Существуют две версии истории встречи Паваротти с Тибором Рудасом. Они похожи со всех точек зрения — за исключением описания реакции Бреслина. Рудас, мальчиком певший партии сопрано в Венгерской государственной опере, лишился источника существования после ломки голоса и вместе с братом-близнецом создал танцевально-акробатический дуэт. В 1948 году, когда к власти в Венгрии пришли коммунисты, Рудас не вернулся с гастролей по Австралии. Он женился, основал школу танцев и начал заниматься организацией гастролей молодежных групп по Азии. Затем его деятельность распространилась на Америку, он устраивал выступления танцоров в казино Лас-Вегаса и Атлантик-Сити. Доходы росли, но вкус оставался на низком уровне, и Рудаса терзали угрызения артистической совести. Он привез в Лас-Вегас Нью-Йоркский филармонический оркестр с Зубином Метой. Дирижер рассказал ему о потрясающем теноре, способном сделать аншлаг в любом зале. По словам Паваротти, Рудас ходил к Бреслину, чтобы пригласить тенора в свои программы. Его раз за разом вышвыривали за дверь, пока он не произнес слова «сто тысяч долларов» — и тогда Бреслин усадил его, чтобы поговорить начистоту. «Не забывайте, что в 1981 году, — рассказывал Паваротти, — сто тысяч долларов были огромной суммой за одно выступление классического артиста»[691]

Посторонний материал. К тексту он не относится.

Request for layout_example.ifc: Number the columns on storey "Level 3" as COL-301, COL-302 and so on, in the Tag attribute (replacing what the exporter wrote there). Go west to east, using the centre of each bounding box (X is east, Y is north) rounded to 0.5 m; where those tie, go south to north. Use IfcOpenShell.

First a look at what the model holds.

```python
import ifcopenshell
import ifcopenshell.util.element
import ifcopenshell.util.placement

model = ifcopenshell.open("layout_example.ifc")
print(model.schema)
storey = next(s for s in model.by_type("IfcBuildingStorey") if s.Name == "Level 3")
columns = [e for e in ifcopenshell.util.element.get_decomposition(storey) if e.is_a("IfcColumn")]
for e in sorted(columns, key=lambda e: e.id()):
    origin = ifcopenshell.util.placement.get_local_placement(e.ObjectPlacement)[:3, 3]
    print(e.id(), e.Tag, e.Name, origin.round(2) + 0.0, sep=" | ")
```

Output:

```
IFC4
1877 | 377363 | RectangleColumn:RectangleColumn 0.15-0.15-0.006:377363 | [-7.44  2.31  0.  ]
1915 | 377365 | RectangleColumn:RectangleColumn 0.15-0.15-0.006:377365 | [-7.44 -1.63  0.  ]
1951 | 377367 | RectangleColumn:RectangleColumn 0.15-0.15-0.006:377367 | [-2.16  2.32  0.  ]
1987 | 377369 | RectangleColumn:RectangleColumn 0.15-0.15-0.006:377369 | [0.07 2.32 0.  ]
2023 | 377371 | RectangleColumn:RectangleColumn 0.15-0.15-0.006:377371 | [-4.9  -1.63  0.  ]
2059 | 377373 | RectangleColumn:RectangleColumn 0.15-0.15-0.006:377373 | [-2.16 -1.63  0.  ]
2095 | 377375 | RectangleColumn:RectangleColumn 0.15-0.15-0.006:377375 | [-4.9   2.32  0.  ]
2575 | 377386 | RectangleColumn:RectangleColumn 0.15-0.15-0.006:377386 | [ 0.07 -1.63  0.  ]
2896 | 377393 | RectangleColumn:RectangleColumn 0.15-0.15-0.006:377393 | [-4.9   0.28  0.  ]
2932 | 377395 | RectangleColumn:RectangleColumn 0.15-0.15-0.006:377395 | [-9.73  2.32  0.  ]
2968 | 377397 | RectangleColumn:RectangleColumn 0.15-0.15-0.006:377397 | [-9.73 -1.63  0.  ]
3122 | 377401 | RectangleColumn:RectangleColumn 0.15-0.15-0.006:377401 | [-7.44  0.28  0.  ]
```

```python
import ifcopenshell
import ifcopenshell.geom
import ifcopenshell.util.element
import ifcopenshell.util.shape

model = ifcopenshell.open("layout_example.ifc")
settings = ifcopenshell.geom.settings()
settings.set("use-world-coords", True)


def centre(element):
    shape = ifcopenshell.geom.create_shape(settings, element)
    return ifcopenshell.util.shape.get_bbox_centroid(shape.geometry)


storey = next(s for s in model.by_type("IfcBuildingStorey") if s.Name == "Level 3")
columns = [e for e in ifcopenshell.util.element.get_decomposition(storey) if e.is_a("IfcColumn")]

# Insertion points can sit at a corner or the storey origin, so sort by the geometry (in metres).
centres = {e: centre(e) for e in columns}
columns.sort(key=lambda e: (round(centres[e][0] / 0.5), centres[e][1]))

for i, e in enumerate(columns, start=1):
    number = f"COL-3{i:02d}"
    e.Tag = number
    print(e.id(), number)

model.write("layout_example_updated.ifc")
```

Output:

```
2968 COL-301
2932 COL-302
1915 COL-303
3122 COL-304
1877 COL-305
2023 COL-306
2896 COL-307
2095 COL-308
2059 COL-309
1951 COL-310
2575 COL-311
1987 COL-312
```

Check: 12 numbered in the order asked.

.Из рассказов Рудаса друзьям следует, будто он преследовал Паваротти даже в Италии и убедил его, что он должен принудить своего несговорчивого агента к переговорам. Потом Рудас пришел в офис Бреслина и отказался уйти, пока они не договорились об одном концерте, ибо больше ни на что Бреслин не соглашался. Расхождений между двумя версиями немного, но обе они свидетельствуют о непримиримых возражениях Бреслина против всего, чего хотел и на чем настаивал Рудас. Галантный Рудас всегда носил темные костюмы, серые галстуки и очки без оправы. Может быть, он и заключал сделки с сомнительными личностями в мире игорных домов, но при этом так и оставался похожим на врача-пенсионера, а его акцент согревал слух, как гуляш согревает язык. Бреслин, ругавшийся как грузчик и чувствовавший себя неуютно в воротничках и галстуках, проигрывал в сравнении с ним — и знал это. «С появлением Тибора мы перенеслись в мир вертолетов, телохранителей и всего прочего в стиле Андре Агасси. Тут не было места для Герберта Бреслина», — сказал один из его помощников.